Much of AstraZeneca’s diabetes focus in 2014 will be on its upcoming launches, primarily dapagliflozin in the U.S. and other non-European territories. After that, resources will be put behind building the Bydureon brand, and on life-cycle management of Onglyza. AstraZeneca is working on a fixed-dose combination of Onglyza and dapagliflozin, nicknamed SaxaDapa.

Laghrissi-Thode summarized some of the diabetes research taking place in AstraZeneca’s research laboratories in Molndal, Sweden, and Gettysburg, PA. She emphasized that the drug maker is not only looking at ways to improve glycemic control or reduce weight.

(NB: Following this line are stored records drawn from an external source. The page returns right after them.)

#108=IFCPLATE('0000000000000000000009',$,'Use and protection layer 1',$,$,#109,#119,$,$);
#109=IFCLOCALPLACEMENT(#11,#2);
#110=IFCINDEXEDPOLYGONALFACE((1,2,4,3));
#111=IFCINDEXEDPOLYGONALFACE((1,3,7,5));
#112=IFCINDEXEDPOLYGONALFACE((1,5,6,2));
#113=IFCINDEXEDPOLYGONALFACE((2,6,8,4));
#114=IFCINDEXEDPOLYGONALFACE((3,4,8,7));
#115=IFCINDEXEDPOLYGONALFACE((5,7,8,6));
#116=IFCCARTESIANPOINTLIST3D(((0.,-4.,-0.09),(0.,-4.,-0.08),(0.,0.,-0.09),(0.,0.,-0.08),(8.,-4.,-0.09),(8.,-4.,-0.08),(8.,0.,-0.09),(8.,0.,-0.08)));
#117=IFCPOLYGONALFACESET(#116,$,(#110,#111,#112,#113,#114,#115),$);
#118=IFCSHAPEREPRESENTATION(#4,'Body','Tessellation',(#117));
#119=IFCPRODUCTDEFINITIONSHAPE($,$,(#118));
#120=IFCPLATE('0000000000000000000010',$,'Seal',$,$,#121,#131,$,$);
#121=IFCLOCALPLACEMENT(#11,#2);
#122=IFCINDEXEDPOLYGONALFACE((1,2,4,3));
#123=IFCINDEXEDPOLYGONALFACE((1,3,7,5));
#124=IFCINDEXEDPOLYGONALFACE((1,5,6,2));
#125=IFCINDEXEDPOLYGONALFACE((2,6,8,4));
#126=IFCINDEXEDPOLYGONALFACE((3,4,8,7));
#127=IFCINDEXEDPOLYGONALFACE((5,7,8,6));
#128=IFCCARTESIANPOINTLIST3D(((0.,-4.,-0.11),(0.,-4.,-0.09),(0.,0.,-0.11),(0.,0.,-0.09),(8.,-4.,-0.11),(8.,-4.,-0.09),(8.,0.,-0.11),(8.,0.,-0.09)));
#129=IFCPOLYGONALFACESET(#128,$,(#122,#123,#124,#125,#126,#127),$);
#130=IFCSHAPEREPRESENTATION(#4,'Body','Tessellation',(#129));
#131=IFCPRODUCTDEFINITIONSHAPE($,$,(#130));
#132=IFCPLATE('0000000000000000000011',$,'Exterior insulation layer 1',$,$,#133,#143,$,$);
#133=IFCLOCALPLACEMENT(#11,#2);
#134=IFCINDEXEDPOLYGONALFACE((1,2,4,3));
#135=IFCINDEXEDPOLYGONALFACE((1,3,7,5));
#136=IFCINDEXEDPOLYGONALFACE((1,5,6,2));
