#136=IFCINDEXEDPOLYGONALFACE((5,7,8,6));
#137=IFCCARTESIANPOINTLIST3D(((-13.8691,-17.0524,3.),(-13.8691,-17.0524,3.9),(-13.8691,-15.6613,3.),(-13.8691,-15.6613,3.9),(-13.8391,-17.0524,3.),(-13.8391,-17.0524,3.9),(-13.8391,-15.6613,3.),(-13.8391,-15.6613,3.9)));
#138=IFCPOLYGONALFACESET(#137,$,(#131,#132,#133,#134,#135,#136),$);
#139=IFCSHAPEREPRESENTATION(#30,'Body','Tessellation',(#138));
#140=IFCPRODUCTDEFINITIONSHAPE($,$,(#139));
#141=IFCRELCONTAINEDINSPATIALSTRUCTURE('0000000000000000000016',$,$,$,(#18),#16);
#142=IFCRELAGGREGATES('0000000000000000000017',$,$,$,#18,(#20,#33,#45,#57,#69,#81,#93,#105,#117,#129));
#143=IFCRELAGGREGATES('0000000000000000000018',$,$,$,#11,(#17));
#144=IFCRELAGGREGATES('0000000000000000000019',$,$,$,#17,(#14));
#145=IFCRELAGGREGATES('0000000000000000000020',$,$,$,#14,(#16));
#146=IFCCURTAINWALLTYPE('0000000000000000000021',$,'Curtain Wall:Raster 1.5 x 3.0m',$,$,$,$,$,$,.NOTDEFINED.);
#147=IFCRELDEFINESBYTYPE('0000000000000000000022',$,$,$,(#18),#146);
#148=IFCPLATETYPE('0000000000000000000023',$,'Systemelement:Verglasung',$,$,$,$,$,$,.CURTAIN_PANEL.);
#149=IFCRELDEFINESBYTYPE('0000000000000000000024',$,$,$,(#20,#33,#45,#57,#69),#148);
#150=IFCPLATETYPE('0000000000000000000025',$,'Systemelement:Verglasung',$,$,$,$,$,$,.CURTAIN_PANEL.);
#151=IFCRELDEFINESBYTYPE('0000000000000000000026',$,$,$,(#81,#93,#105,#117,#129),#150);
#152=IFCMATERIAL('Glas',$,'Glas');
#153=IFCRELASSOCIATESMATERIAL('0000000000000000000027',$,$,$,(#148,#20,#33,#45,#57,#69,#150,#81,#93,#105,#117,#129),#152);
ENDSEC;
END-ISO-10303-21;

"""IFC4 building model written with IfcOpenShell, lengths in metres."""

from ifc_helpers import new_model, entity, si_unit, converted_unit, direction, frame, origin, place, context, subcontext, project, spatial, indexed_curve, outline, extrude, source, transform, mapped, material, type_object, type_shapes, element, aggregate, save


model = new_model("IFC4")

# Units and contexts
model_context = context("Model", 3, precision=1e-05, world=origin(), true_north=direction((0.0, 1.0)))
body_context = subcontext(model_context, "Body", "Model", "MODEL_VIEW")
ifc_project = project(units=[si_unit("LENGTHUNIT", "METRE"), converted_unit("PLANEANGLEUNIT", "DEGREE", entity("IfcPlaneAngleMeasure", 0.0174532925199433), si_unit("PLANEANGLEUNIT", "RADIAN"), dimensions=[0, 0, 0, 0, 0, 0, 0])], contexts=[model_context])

“We are also investing in new treatments for diabetic complications,” she said. She sees epidemiological trends – 500 million patients with diabetes over the next three decades, 200 million of them from emerging markets, especially from India and China – driving the incidence of diabetic complications. In particular, AstraZeneca is investigating ways to reverse or delay diabetic nephropathy.

She cited a drug in the firm’s portfolio, from AstraZeneca’s partnership with FibroGen Inc., that is an oral anemia drug for patients in dialysis or pre-dialysis, adding that it could benefit patients with advanced diabetes needing dialysis (Also see "AstraZeneca To Share FibroGen’s Anemia Compound With Astellas, But Will Hoard China For Itself" - Scrip, 2 Aug, 2013.).

Lastly, she mentioned triglyceride-lowering fish-oil derivative Epanova, acquired in a partnership with Omthera Pharmaceuticals Inc., for patients with severe hypertriglyceridemia (Also see "AstraZeneca’s Soriot Outlines Epanova Approach, Reviews Tough First Year As CEO" - Pink Sheet, 6 Dec, 2013.). These patients are at risk of pancreatitis. Epanova is pending at FDA with an action date in May 2014.

The idea, said Laghrissa-Thode, is to move away from “glucocentric solutions” and to “bring a comprehensive treatment to the diabetic patient.”